### Try it
Among the entries below, find each line with "IFCPRODUCTDEFINITIONSHAPE" and show it.

### Saved data entries
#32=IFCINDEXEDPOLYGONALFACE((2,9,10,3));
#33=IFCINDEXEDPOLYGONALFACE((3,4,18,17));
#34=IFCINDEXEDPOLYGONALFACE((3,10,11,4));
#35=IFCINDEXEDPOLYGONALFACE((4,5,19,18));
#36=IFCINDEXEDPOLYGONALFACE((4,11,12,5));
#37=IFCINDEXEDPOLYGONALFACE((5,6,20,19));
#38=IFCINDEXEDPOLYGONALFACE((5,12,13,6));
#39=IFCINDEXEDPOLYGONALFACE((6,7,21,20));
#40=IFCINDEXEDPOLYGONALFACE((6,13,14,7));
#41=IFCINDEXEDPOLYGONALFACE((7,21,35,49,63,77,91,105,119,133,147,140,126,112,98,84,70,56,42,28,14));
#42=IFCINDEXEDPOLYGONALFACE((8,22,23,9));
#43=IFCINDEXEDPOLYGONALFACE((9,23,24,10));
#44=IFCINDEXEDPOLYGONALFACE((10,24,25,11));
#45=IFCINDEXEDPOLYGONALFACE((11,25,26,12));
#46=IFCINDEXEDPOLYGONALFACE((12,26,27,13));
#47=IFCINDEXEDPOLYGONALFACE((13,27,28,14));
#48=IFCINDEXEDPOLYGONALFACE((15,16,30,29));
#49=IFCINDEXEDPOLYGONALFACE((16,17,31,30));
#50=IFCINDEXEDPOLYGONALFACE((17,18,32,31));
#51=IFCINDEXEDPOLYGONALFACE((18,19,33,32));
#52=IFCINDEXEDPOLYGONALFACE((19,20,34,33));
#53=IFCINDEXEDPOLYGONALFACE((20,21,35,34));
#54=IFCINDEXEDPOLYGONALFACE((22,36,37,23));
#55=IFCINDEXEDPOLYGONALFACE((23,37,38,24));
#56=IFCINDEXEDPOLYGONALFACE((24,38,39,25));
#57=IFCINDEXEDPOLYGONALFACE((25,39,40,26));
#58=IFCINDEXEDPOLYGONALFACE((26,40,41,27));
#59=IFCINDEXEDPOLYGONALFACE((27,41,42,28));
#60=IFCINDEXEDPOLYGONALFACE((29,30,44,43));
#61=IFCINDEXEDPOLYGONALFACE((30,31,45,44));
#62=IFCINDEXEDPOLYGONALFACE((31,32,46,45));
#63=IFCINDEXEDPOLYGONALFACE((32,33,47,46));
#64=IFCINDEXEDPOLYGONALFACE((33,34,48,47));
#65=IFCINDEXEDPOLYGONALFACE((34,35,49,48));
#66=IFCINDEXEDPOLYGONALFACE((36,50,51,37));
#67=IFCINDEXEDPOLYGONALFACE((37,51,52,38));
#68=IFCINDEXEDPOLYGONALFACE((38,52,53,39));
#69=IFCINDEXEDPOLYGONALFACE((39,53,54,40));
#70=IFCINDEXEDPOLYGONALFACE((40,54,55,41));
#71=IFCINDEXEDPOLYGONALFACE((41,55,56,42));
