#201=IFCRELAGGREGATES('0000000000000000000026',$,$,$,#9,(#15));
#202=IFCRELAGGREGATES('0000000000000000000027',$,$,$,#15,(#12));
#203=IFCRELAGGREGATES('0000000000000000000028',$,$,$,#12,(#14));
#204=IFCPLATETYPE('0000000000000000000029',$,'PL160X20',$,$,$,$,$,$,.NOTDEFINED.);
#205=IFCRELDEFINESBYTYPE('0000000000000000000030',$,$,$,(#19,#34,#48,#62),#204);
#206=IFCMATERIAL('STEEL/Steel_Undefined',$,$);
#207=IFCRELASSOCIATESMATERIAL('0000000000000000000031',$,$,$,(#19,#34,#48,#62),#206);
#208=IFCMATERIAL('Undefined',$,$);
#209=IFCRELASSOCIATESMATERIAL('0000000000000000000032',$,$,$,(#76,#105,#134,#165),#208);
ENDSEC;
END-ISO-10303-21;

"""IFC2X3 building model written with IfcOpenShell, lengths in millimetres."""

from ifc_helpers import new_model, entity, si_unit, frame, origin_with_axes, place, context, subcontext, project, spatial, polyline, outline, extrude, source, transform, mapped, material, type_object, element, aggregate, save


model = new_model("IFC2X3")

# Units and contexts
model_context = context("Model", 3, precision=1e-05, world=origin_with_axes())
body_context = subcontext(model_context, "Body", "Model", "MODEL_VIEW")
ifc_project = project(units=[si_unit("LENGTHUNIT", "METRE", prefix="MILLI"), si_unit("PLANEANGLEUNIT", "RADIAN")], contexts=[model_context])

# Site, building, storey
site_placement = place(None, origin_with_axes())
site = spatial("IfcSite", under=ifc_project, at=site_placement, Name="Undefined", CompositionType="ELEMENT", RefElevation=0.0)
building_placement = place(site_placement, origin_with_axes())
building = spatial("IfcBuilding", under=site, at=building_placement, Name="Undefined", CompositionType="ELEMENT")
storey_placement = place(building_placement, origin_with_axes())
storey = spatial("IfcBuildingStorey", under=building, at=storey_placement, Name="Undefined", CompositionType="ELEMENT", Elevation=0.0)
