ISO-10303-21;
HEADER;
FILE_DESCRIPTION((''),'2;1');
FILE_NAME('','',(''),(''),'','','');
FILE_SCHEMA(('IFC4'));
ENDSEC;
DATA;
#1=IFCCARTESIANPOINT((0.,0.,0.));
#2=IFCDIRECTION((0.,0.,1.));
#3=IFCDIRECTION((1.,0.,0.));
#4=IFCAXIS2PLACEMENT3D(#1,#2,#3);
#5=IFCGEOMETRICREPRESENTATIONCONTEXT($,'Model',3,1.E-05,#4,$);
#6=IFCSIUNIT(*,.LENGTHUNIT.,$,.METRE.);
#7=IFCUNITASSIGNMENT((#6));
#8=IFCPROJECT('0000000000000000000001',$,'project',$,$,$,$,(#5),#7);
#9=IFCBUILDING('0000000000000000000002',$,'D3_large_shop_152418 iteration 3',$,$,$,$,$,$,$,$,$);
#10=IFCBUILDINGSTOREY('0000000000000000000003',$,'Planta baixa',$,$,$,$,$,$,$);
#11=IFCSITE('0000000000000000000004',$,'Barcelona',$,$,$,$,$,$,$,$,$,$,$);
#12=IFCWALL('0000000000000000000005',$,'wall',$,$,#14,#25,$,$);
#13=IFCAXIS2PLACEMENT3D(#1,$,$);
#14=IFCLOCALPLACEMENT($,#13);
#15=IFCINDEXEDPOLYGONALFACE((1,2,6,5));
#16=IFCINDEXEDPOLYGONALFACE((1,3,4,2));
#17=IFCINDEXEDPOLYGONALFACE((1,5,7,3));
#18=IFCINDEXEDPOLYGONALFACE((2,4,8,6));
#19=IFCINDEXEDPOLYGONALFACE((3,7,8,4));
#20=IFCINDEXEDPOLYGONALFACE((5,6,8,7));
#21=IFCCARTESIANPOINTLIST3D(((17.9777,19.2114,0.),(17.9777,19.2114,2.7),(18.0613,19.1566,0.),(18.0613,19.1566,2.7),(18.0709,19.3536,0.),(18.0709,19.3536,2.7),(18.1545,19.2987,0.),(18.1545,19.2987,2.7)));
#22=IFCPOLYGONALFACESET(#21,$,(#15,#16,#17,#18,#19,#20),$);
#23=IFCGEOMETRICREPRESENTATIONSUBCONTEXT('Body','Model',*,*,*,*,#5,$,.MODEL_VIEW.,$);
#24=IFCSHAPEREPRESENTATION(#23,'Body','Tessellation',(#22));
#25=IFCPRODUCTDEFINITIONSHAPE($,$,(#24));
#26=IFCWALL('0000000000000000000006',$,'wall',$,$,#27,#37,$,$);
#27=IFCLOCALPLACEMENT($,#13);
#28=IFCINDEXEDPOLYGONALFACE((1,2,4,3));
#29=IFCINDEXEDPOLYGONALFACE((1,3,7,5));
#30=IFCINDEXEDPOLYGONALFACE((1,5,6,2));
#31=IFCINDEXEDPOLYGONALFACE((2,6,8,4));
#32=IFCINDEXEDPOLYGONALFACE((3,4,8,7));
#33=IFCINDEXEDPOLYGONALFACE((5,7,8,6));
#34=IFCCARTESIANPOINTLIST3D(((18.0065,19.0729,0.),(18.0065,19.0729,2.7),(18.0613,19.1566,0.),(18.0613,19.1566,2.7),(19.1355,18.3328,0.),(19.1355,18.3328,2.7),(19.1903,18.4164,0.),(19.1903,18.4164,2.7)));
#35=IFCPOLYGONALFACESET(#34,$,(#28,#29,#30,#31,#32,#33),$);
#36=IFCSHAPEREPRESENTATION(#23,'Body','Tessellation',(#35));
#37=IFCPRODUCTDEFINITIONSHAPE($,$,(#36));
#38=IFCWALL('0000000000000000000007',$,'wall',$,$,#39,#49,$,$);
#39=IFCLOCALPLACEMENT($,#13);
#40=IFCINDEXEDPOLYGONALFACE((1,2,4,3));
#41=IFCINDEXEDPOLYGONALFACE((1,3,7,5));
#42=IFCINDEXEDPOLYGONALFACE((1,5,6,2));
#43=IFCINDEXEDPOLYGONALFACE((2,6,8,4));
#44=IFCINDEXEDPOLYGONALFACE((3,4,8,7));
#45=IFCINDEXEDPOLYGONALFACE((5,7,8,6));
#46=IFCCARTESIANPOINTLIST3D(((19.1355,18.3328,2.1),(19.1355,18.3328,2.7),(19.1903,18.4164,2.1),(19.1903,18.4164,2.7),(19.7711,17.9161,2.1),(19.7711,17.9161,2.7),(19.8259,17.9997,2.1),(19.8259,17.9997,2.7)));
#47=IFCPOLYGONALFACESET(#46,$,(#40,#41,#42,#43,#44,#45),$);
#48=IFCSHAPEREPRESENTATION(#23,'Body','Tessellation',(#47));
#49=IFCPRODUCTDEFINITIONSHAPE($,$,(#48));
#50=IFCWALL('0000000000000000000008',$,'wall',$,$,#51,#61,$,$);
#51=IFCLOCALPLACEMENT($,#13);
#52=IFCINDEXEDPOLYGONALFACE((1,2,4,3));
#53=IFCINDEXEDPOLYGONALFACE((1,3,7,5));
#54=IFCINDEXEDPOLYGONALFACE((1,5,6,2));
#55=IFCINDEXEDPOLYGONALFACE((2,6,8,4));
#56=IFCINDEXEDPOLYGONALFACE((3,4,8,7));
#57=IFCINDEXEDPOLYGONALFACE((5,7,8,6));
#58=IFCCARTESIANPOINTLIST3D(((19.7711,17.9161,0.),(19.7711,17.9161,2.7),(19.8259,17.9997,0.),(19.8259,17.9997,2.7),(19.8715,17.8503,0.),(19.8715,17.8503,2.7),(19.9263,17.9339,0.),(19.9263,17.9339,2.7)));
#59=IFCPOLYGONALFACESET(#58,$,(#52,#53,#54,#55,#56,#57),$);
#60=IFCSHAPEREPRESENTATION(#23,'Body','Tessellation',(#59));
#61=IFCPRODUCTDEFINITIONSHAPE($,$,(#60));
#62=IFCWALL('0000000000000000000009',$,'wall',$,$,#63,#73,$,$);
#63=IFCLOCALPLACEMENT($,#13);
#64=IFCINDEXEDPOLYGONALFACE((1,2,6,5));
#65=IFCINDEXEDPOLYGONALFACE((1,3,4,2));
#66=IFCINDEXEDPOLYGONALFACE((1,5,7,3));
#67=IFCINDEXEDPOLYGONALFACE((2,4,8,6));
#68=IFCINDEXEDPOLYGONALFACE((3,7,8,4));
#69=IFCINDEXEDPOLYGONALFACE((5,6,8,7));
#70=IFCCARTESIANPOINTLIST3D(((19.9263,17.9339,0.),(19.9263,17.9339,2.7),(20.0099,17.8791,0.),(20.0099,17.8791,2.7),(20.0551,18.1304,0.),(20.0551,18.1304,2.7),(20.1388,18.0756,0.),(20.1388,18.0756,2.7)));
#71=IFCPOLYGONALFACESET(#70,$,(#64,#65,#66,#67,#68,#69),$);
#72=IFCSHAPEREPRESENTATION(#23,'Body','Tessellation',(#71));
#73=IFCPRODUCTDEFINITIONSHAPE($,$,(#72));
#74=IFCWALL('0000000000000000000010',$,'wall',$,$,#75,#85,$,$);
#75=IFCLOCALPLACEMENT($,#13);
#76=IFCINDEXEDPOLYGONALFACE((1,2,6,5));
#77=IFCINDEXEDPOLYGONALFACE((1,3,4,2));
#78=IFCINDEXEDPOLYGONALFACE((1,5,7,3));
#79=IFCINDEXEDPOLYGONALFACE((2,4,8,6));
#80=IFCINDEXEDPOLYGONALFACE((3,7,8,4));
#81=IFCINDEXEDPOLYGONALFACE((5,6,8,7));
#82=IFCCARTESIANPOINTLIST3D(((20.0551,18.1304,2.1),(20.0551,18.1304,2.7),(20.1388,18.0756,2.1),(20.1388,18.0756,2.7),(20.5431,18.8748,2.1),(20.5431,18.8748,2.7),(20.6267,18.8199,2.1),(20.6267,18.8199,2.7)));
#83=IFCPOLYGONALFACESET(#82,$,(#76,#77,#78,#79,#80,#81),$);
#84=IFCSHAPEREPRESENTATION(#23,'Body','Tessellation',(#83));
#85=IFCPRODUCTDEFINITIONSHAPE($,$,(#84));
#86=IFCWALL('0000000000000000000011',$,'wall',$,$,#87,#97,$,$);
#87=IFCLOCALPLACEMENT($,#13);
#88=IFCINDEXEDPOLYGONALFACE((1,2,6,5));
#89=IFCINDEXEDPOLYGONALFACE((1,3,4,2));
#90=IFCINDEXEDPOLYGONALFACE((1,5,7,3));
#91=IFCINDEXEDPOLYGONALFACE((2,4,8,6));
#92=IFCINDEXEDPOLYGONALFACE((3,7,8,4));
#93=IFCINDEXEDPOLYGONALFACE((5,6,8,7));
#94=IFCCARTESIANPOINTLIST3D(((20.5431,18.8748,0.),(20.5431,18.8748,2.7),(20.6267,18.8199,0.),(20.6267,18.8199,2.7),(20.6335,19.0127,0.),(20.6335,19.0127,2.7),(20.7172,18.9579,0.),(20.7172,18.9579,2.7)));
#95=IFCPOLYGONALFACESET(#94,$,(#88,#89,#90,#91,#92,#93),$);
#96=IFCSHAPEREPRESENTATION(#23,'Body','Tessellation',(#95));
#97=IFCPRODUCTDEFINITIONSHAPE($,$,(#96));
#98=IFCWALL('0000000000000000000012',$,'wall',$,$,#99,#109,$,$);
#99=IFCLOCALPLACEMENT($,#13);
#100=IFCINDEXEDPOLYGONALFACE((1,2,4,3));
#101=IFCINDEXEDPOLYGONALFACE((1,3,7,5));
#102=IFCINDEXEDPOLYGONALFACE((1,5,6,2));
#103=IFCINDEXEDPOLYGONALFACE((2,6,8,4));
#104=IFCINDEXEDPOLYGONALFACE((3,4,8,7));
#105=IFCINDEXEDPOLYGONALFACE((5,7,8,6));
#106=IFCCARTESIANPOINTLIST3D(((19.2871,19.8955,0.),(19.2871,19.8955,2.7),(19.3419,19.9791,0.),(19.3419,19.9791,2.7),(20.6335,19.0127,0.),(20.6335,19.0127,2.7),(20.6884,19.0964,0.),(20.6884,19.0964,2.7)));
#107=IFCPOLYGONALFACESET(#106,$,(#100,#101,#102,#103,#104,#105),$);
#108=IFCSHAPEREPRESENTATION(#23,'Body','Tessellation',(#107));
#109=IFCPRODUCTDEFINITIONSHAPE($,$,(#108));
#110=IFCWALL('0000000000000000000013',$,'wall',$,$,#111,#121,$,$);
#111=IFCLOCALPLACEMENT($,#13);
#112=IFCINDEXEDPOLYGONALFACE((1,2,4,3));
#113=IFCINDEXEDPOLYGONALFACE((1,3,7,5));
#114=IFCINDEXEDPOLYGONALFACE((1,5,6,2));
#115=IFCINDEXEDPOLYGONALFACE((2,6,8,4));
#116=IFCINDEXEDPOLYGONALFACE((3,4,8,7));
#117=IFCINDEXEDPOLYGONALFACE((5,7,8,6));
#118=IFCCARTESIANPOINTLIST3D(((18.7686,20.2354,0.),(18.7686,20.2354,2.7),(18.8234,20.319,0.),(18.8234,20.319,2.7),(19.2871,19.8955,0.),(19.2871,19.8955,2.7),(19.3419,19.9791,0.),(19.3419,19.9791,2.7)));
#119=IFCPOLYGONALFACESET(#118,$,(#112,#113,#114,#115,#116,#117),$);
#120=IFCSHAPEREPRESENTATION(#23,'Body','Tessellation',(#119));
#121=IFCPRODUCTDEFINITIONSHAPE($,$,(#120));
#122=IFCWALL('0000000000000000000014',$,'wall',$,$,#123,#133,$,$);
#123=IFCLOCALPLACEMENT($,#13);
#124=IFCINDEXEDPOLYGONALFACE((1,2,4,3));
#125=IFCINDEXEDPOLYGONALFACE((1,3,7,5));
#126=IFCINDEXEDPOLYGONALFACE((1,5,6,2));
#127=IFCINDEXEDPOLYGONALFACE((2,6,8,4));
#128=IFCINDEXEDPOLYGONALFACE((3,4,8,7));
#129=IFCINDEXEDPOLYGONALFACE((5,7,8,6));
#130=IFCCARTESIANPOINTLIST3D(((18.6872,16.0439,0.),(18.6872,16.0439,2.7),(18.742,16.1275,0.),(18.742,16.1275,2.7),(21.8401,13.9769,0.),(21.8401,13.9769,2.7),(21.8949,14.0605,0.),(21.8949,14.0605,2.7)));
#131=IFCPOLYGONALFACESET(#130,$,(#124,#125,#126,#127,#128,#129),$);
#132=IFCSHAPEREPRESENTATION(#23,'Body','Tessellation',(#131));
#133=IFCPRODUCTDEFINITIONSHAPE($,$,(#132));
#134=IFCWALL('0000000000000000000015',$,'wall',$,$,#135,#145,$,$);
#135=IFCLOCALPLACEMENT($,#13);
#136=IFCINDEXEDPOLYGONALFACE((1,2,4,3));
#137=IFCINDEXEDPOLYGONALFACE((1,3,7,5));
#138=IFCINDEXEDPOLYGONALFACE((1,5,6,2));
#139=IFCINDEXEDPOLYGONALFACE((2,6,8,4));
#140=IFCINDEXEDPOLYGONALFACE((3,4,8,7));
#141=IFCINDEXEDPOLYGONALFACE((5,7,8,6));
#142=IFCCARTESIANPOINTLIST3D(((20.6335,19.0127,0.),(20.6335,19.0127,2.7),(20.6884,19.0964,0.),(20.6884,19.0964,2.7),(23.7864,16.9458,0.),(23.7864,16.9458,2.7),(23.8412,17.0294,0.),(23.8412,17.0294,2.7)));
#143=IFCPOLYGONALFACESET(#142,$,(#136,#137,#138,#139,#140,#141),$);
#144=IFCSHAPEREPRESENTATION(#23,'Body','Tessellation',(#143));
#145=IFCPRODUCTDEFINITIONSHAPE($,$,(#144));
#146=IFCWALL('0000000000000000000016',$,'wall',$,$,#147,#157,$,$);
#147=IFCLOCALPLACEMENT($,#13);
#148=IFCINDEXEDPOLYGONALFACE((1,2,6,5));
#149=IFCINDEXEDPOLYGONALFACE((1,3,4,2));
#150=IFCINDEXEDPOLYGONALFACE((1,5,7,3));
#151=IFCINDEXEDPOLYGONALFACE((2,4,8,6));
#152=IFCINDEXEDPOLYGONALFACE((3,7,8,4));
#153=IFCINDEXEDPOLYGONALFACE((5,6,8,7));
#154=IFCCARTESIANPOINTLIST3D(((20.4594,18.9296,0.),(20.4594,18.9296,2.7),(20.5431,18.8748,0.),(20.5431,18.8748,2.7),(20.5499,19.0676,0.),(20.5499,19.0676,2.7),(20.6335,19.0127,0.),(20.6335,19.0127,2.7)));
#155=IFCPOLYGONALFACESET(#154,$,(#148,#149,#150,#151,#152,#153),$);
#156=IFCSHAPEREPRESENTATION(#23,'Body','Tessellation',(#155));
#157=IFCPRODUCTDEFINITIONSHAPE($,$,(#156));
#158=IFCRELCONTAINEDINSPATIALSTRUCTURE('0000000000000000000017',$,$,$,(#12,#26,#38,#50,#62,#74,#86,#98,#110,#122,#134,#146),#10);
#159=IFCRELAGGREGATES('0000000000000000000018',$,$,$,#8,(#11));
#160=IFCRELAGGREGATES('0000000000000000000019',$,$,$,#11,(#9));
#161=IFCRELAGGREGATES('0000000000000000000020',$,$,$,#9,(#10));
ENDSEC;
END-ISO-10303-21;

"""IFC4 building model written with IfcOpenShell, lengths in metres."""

from ifc_helpers import new_model, si_unit, frame, origin, origin_with_axes, place, context, subcontext, project, spatial, polyline, outline, extrude, element, save


model = new_model("IFC4")

# Units and contexts
model_context = context("Model", 3, precision=1e-05, world=origin_with_axes())
body_context = subcontext(model_context, "Body", "Model", "MODEL_VIEW")
ifc_project = project(units=[si_unit("LENGTHUNIT", "METRE")], contexts=[model_context])

# Site, building, storey
site = spatial("IfcSite", under=ifc_project, Name="Barcelona")
building = spatial("IfcBuilding", under=site, Name="D3_large_shop_152418 iteration 3")
storey = spatial("IfcBuildingStorey", under=building, Name="Planta baixa")

# Walls
wall_1_placement = place(None, origin_with_axes())
element("IfcWall", 1, at=wall_1_placement, inside=storey, Name="wall", context=body_context, shape_type="SweptSolid", body=[
    extrude(outline(polyline([(18.1545, 19.2987), (18.0613, 19.1566), (17.9777, 19.2114), (18.0709, 19.3536), (18.1545, 19.2987)])), origin(), (0.0, 0.0, 1.0), 2.7),
])
wall_2_placement = place(None, origin_with_axes())
element("IfcWall", 2, at=wall_2_placement, inside=storey, Name="wall", context=body_context, shape_type="SweptSolid", body=[
    extrude(outline(polyline([(18.0613, 19.1566), (19.1903, 18.4164), (19.1355, 18.3328), (18.0065, 19.0729), (18.0613, 19.1566)])), origin(), (0.0, 0.0, 1.0), 2.7),
])
wall_3_placement = place(None, origin_with_axes())
element("IfcWall", 3, at=wall_3_placement, inside=storey, Name="wall", context=body_context, shape_type="SweptSolid", body=[
    extrude(outline(polyline([(19.1903, 18.4164), (19.8259, 17.9997), (19.7711, 17.9161), (19.1355, 18.3328), (19.1903, 18.4164)])), frame((0.0, 0.0, 2.1)), (0.0, 0.0, 1.0), 0.6),
])
wall_4_placement = place(None, origin_with_axes())
element("IfcWall", 4, at=wall_4_placement, inside=storey, Name="wall", context=body_context, shape_type="SweptSolid", body=[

### Written answer
#25=IFCPRODUCTDEFINITIONSHAPE($,$,(#24));
#37=IFCPRODUCTDEFINITIONSHAPE($,$,(#36));
#49=IFCPRODUCTDEFINITIONSHAPE($,$,(#48));
#61=IFCPRODUCTDEFINITIONSHAPE($,$,(#60));
#73=IFCPRODUCTDEFINITIONSHAPE($,$,(#72));
#85=IFCPRODUCTDEFINITIONSHAPE($,$,(#84));
#97=IFCPRODUCTDEFINITIONSHAPE($,$,(#96));
#109=IFCPRODUCTDEFINITIONSHAPE($,$,(#108));
#121=IFCPRODUCTDEFINITIONSHAPE($,$,(#120));
#133=IFCPRODUCTDEFINITIONSHAPE($,$,(#132));
#145=IFCPRODUCTDEFINITIONSHAPE($,$,(#144));
#157=IFCPRODUCTDEFINITIONSHAPE($,$,(#156));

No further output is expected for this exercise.